On Monday, March 21, 2022 at 4:44:30 PM UTC-4, Amine Moulay Ramdane wrote:
> Raku, formerly known as Perl6, is a very interesting, very powerful programming language that represents the next evolution of Perl.

I agree it is interesting, but I'm not sure it is an evolution: the fact you can't run Perl5 code (in the general case) under Perl6/Raku means Raku is a revolution. But that is a quibble.

I have been playing with Raku very part-time for about a week now, so I am by no means a Raku wonk. But I have noticed that Raku takes the inherent goofiness and idiosyncrasies of Perl and turns them up to 11.

Please don't be offended by this: coming from an IBM mainframe world and still facile with IBM z and IBM i, pretty much everything about the Unix-like side of the tracks is goofy and idiosyncratic. I like commands, language constructs, and coding practices that bespeak what they are, not some goofy metaphor the designer came up with, or someone's attempt to be concise through keyboard gymnastics.

[Plus the IBM mainframe was the first commercial virtualization platform, and still in many ways superior to its imitators such as VMWare, VirtualBox, qemu, KVM, etc., but that's another issue for another day]

Little about Raku is intuitive, simple, clean, or direct. The language trips over itself trying to do everything. I can't remember what reviewer called it "like Perl, a kitchen-sink language." You want a collection of items and counts of the appearance? Any other language does this by associative arrays, hashes, dicts, or objects. Raku does this with "Bag." Again, goofy. For one thing, nothing about a bag implies either order or the cardinality of the things in the bag.

I don't care that the metaphor predates Raku, it's still goofy

And let's just go berserk with operators, including those that can't be generated on a regular keyboard using the labelled keys and their shifts, alts, and options. Want to find out if one collection is a subset of another? Well, heaven forbid a .subset method! No, we are going to use ⊆ -- and for the most of the world who doesn't know what the Unicode sequence is, we offer a clunky alternative, (<=).

This is great for mathematicians and others who use those symbols on a daily basis, but for the rest of the world it's like an emoji factory gone haywire.

Sounds like I'm pretty down on Raku, doesn't it?

I'm not. In fact, I may be growing to love it. Because it is SO over-the-top goofy exaggerated, it is endearing. And when you say it offers everything you'd expect in a language, it offers a whole heck of a lot more than you find in base languages like Perl, Python, JavaScript, Ruby, Rexx, etc. (Rexx is me gratuitously throwing a mainframe language into the mix). Yeah, you can do all those things with libraries and extensions, but with Raku they are baked into the basic language.

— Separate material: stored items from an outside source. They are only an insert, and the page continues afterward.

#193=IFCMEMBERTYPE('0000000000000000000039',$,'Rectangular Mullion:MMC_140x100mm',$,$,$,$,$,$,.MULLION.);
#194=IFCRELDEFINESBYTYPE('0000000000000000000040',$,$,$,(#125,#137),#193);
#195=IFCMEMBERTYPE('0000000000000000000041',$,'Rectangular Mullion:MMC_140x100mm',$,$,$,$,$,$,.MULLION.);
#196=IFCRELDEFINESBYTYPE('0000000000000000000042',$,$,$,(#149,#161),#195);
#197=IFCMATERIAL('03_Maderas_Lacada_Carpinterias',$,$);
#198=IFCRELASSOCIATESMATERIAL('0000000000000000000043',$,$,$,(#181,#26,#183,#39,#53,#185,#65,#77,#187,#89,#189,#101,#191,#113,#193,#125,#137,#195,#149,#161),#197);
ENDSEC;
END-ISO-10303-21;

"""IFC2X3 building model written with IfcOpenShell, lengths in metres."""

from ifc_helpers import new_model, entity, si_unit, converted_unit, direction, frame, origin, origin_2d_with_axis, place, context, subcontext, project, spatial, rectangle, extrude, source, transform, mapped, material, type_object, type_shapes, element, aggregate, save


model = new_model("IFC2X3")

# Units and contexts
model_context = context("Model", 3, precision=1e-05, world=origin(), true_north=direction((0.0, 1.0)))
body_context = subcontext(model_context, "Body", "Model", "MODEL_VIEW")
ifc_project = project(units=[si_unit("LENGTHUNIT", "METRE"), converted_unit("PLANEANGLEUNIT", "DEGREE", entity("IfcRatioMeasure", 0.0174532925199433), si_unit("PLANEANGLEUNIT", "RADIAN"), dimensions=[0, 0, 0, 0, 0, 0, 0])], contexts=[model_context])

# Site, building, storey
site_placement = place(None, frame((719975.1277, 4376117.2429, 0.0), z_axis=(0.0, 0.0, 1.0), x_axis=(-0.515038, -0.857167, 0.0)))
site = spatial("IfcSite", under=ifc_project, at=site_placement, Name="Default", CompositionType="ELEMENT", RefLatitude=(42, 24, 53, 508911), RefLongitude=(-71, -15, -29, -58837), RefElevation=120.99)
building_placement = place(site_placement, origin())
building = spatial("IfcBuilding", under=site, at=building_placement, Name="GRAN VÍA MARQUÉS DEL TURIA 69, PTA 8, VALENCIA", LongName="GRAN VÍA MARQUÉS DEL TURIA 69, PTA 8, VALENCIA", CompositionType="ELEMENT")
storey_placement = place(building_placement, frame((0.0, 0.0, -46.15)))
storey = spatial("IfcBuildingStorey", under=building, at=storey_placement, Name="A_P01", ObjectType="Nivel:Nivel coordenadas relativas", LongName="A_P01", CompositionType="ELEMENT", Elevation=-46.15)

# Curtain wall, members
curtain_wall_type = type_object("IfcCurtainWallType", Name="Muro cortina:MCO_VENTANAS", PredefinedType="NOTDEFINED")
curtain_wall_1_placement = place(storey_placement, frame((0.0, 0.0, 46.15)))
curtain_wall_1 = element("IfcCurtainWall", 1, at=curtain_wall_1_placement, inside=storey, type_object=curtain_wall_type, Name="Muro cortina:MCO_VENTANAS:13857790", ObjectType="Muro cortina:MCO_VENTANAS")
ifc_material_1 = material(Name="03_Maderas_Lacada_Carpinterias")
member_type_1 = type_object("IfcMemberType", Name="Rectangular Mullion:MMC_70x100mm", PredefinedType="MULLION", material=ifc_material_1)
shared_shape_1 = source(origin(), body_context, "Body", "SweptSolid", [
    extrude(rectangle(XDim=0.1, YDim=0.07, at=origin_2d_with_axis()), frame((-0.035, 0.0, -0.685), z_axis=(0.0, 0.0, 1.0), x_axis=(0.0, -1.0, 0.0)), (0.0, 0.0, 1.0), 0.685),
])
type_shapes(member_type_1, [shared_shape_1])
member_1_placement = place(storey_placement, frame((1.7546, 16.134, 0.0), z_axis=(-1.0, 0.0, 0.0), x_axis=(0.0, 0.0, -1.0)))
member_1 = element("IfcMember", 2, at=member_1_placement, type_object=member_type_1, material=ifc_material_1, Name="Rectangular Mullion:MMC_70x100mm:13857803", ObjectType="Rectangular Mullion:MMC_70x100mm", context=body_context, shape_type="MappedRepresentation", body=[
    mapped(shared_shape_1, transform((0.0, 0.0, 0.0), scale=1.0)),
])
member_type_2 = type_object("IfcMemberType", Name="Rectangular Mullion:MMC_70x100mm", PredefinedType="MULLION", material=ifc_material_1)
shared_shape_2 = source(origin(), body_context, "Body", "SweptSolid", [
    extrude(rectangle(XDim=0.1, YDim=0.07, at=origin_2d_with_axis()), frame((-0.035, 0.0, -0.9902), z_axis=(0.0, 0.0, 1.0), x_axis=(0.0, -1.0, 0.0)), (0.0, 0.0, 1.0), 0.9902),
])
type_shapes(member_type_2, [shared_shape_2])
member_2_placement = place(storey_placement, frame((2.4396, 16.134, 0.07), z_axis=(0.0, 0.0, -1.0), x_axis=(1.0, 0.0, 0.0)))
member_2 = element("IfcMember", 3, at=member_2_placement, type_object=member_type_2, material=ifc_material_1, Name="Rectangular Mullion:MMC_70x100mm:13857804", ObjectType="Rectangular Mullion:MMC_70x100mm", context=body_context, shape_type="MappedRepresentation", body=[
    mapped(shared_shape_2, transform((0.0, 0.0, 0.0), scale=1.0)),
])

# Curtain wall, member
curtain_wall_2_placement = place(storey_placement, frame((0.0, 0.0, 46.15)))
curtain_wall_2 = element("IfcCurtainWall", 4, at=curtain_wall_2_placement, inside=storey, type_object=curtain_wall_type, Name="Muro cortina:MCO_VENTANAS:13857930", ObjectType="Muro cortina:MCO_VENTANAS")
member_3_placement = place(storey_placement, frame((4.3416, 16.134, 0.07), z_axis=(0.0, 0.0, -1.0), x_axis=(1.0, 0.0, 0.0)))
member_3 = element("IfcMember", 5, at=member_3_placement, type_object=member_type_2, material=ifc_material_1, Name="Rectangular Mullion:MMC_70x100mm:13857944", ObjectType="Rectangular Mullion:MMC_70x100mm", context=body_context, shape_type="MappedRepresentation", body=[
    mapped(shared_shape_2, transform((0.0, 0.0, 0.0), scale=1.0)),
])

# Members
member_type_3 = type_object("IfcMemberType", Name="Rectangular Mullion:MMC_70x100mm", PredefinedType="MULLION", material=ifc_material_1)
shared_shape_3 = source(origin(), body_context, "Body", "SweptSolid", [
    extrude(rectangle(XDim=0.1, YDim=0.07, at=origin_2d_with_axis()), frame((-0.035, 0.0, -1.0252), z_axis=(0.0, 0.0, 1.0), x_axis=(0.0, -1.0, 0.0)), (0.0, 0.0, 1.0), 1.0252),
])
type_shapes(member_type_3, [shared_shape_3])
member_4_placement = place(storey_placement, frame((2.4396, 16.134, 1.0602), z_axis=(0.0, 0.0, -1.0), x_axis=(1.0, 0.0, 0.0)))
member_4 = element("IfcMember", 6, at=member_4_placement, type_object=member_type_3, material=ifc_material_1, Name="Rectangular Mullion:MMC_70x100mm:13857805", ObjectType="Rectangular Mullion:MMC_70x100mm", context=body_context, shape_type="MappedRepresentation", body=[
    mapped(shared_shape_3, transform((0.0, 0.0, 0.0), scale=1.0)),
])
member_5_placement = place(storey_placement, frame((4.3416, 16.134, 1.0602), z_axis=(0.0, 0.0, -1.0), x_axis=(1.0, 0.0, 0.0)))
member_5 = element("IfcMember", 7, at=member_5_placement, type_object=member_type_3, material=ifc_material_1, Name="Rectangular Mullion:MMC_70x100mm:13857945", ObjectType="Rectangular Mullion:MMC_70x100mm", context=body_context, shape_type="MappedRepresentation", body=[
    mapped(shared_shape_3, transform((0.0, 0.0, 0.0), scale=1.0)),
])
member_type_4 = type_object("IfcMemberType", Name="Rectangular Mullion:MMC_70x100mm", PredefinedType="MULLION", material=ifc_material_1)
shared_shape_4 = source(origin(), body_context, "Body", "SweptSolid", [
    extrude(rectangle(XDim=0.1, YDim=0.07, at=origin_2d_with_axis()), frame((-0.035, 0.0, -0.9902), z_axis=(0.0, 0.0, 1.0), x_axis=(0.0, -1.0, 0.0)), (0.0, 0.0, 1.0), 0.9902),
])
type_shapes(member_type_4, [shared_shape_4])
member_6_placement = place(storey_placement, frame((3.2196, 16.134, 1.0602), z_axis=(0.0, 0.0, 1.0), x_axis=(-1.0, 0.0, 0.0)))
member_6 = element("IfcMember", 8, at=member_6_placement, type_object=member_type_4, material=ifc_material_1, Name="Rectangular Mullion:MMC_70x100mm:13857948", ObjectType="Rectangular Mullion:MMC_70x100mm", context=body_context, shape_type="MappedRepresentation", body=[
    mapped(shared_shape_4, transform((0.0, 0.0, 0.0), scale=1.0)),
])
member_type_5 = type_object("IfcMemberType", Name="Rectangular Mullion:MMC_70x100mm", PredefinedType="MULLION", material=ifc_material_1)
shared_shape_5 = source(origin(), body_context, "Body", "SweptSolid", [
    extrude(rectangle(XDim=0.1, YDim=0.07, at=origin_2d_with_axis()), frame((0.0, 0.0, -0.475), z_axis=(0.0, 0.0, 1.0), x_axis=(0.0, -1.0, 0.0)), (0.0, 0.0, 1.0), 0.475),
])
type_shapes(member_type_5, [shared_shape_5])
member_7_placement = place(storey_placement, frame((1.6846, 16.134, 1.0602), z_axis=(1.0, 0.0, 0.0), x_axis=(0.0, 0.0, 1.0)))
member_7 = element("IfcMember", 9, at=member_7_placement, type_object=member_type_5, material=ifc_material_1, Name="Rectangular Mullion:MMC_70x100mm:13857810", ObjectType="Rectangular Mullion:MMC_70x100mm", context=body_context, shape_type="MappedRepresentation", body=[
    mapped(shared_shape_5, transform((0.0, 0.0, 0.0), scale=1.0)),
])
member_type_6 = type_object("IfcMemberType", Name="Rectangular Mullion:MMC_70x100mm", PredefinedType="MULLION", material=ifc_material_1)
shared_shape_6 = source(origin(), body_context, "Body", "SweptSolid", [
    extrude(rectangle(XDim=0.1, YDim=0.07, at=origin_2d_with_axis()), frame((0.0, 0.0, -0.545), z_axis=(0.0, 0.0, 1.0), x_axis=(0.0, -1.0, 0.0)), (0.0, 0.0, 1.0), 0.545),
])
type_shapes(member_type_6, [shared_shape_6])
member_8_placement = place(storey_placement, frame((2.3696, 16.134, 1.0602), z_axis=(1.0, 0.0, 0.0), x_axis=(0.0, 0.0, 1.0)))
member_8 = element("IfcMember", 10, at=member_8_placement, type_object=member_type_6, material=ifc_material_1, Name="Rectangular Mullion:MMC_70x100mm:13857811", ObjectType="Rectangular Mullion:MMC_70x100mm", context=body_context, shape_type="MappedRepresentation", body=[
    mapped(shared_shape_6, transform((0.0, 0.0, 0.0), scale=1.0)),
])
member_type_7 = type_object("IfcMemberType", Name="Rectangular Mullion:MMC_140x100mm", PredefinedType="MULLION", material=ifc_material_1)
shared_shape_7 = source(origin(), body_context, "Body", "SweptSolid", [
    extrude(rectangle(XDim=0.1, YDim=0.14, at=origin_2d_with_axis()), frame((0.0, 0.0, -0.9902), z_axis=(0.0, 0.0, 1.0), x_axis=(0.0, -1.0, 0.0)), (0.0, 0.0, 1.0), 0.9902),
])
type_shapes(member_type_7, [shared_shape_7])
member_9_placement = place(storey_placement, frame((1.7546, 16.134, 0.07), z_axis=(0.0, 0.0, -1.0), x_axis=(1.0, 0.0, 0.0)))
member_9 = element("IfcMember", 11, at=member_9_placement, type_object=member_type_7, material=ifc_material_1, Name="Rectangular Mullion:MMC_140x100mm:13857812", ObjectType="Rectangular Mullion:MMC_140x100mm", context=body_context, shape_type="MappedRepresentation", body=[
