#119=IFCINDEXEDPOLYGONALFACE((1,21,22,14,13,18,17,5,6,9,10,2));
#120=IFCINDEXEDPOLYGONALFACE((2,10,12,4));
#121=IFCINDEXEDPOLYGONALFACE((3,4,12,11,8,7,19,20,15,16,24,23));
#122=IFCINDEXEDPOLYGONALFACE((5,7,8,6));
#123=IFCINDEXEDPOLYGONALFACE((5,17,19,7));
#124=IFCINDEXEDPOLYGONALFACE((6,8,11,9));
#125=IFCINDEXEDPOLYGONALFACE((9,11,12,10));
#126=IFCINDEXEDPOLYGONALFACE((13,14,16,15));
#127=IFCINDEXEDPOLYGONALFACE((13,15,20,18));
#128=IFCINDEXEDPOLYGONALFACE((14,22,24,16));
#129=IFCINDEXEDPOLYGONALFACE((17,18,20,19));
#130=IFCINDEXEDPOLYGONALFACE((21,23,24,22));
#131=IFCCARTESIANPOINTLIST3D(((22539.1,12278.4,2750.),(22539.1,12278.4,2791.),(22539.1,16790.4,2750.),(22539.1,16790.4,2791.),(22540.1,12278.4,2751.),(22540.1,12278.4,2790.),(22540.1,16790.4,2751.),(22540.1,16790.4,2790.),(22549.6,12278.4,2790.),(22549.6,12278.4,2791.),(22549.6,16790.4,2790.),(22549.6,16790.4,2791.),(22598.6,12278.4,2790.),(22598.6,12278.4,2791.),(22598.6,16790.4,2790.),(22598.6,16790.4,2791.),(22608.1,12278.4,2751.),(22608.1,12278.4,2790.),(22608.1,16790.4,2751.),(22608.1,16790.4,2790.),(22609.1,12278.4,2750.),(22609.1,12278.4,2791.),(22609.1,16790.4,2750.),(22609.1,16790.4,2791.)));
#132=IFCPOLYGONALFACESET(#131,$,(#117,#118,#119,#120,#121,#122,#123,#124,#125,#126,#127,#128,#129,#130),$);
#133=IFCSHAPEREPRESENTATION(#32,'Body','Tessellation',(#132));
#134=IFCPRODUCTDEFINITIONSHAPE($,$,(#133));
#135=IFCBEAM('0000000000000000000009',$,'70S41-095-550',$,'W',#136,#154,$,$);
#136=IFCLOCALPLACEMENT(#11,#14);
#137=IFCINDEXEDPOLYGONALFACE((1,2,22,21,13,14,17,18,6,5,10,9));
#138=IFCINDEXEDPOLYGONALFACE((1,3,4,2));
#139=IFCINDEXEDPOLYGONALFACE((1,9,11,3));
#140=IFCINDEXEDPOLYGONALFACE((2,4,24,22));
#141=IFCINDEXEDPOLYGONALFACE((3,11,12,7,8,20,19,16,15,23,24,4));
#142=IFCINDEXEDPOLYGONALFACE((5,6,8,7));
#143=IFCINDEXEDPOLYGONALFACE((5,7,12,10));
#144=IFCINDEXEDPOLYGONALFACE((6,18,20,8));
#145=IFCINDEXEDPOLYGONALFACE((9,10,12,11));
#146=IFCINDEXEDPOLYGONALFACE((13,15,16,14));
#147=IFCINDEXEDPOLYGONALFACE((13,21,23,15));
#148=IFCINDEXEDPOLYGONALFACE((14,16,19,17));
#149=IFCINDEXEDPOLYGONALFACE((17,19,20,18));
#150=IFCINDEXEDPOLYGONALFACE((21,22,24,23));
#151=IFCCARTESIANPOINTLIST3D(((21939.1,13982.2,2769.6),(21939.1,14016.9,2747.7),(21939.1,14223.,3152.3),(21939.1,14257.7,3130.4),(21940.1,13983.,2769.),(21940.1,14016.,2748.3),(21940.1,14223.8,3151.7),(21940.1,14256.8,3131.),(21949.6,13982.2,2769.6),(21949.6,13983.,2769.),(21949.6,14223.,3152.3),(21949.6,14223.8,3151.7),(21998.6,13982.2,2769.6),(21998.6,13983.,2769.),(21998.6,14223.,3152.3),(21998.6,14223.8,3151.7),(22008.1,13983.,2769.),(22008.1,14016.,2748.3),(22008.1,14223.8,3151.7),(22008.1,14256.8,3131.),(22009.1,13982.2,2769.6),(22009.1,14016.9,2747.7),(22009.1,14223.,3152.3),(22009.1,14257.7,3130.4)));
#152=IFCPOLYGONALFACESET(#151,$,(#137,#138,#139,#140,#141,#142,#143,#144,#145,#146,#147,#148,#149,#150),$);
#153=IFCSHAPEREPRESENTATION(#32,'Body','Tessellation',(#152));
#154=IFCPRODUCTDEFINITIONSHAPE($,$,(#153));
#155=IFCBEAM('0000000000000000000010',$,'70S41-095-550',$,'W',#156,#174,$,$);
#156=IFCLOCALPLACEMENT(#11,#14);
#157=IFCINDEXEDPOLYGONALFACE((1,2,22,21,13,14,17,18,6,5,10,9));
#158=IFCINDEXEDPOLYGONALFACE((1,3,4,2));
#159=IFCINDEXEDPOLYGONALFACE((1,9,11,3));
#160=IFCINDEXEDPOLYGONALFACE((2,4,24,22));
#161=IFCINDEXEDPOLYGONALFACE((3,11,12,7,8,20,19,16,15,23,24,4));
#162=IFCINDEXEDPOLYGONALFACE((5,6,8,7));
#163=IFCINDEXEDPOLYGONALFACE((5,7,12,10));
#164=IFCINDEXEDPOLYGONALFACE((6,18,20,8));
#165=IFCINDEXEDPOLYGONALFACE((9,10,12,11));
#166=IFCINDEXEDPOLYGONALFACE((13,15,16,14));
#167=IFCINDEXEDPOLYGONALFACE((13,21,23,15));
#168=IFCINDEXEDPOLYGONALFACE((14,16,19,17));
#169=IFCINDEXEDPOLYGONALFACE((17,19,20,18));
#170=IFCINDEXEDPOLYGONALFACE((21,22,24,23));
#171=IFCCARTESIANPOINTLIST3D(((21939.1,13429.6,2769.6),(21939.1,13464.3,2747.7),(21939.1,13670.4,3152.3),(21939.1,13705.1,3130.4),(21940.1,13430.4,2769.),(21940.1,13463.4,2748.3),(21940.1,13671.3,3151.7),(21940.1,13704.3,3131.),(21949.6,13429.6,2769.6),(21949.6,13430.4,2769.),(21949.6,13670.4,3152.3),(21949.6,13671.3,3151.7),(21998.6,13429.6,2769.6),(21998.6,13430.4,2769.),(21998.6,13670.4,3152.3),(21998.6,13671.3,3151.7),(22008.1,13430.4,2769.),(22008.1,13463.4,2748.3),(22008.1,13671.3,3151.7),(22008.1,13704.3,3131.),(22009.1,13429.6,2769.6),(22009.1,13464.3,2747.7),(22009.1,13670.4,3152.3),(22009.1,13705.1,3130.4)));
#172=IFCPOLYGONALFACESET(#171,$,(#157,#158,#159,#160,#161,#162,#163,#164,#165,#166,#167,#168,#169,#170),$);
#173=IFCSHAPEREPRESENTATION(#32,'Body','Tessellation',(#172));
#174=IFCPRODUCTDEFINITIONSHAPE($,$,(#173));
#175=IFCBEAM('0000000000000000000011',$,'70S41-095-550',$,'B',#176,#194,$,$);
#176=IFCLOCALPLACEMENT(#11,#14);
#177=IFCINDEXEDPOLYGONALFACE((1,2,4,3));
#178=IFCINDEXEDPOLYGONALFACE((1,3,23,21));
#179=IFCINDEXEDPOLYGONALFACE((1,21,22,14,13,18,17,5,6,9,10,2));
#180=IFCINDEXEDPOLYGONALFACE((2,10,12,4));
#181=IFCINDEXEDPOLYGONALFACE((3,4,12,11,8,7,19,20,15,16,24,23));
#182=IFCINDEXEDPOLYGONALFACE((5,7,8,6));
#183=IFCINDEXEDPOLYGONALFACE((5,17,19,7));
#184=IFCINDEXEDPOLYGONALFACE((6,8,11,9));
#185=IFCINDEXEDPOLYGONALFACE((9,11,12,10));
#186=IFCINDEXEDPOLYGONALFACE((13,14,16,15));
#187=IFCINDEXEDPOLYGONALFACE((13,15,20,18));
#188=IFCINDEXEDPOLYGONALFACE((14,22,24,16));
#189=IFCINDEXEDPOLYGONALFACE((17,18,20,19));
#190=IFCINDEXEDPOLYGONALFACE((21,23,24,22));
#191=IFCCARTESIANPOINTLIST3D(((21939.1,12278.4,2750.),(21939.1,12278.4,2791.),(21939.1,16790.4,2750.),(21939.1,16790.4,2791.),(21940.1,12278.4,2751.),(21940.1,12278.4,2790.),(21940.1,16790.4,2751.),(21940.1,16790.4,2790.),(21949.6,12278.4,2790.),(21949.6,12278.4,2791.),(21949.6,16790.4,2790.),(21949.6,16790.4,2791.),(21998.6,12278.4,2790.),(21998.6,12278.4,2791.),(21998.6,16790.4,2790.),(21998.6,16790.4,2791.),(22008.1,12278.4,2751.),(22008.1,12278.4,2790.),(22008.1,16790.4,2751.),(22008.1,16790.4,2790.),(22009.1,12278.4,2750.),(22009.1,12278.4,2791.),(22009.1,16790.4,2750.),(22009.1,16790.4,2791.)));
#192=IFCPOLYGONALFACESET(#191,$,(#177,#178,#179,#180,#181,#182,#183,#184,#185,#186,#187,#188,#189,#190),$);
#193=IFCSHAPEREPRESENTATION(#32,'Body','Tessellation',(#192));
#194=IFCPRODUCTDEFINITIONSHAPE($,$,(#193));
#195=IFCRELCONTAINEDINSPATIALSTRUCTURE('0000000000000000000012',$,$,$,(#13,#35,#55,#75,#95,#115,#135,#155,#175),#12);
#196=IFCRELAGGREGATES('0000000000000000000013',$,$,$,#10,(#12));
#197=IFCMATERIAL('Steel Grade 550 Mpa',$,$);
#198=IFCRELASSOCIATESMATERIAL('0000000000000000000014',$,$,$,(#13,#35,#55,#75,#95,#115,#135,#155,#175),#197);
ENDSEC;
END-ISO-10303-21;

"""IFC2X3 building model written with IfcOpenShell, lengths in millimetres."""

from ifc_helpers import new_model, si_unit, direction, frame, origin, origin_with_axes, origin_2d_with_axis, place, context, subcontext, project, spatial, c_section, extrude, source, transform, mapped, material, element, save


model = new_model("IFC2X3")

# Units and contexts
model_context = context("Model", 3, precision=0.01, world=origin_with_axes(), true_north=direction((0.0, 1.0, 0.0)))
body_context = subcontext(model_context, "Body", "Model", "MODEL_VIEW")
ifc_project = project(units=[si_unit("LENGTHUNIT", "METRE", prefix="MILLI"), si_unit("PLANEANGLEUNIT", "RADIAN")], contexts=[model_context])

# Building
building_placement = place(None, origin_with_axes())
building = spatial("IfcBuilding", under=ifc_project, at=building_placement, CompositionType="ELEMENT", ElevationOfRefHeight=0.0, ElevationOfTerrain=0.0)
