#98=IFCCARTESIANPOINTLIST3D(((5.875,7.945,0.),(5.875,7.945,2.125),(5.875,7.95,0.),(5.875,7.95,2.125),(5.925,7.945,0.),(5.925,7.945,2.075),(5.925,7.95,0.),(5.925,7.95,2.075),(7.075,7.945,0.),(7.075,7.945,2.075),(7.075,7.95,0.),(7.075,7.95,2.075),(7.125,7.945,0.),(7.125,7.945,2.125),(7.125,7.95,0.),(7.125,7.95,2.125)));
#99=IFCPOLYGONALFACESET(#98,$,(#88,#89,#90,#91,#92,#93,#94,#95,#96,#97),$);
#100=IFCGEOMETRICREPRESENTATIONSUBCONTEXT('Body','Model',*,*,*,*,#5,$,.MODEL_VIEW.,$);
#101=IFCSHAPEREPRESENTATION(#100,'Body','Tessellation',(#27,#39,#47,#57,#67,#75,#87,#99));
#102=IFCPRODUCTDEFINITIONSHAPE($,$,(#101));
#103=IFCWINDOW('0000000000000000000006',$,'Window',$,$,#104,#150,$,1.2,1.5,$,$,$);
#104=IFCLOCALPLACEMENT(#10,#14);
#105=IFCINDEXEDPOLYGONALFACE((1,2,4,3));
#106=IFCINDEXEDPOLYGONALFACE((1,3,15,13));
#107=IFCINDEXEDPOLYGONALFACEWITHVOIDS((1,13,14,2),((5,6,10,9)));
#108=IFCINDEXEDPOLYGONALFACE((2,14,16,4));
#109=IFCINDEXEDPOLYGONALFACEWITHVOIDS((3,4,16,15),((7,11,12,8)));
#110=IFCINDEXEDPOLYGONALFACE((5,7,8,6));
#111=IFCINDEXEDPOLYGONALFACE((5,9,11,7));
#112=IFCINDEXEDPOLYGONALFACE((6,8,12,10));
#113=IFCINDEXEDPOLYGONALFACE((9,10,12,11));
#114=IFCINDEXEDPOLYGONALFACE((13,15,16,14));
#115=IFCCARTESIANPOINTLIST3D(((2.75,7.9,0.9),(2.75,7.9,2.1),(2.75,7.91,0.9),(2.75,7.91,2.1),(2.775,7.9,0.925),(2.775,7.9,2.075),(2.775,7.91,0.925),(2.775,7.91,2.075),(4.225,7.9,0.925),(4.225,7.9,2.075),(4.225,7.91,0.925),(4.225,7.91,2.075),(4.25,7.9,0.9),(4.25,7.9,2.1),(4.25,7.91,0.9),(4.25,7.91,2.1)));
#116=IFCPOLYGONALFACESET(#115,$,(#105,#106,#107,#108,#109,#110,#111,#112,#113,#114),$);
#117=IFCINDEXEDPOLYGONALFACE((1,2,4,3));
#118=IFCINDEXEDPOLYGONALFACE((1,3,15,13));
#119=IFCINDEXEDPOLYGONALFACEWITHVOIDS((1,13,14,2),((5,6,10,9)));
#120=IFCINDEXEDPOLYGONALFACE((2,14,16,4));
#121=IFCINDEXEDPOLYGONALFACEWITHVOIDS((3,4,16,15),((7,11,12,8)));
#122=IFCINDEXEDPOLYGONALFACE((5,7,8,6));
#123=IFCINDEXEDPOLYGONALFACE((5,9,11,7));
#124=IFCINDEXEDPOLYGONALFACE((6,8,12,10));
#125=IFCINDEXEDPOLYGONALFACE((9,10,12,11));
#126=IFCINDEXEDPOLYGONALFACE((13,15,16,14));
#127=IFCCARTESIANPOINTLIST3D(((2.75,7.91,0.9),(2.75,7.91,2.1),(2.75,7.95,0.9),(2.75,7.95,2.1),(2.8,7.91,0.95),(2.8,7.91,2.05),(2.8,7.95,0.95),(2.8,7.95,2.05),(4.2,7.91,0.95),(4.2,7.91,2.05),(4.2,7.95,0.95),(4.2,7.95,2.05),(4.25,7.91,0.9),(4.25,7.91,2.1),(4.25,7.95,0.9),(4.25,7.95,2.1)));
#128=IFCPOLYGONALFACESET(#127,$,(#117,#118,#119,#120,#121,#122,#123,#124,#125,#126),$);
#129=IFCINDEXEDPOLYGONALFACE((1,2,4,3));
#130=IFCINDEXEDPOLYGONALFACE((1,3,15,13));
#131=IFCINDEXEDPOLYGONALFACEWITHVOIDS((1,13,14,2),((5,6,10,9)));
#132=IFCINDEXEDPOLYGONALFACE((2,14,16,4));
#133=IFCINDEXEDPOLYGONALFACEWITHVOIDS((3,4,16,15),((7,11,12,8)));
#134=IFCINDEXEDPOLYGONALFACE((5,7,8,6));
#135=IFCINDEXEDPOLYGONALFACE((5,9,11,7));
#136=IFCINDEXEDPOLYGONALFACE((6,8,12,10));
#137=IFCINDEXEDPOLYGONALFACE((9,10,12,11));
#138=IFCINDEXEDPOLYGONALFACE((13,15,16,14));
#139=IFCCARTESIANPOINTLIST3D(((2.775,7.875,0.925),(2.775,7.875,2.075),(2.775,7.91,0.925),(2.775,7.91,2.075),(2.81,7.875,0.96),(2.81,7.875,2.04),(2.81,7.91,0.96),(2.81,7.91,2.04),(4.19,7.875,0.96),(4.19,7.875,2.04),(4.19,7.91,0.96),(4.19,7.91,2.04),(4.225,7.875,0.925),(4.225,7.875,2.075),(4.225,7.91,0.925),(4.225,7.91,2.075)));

The use of multi methods and subs is indeed very useful - something that Java programmers take for granted but which is very hard to do in most other language).

> It somehow fits. Where Perl has always been the poster-child for dealing with patterns and strings, Raku extends ideas about patterns into other
> aspects of the language; The type system, function dispatches, and even to the code of the program itself. It’s almost as if the entire language
> is some kind of engine for reasoning about patterns—both textual and symbolic.

I agree. It's twitty, but it works.

> I'd also point out that it has a very advanced OO model which pretty much leaves most competitors in the dust.

I dunno, Java's object model covers more ground than Raku and did it in the 1990s. But I agree the model is advanced and a lot better than similar languages, such as Perl5, Python, JavaScript, etc.

> On top of that, your classes have fewer lines of code and are easier to read.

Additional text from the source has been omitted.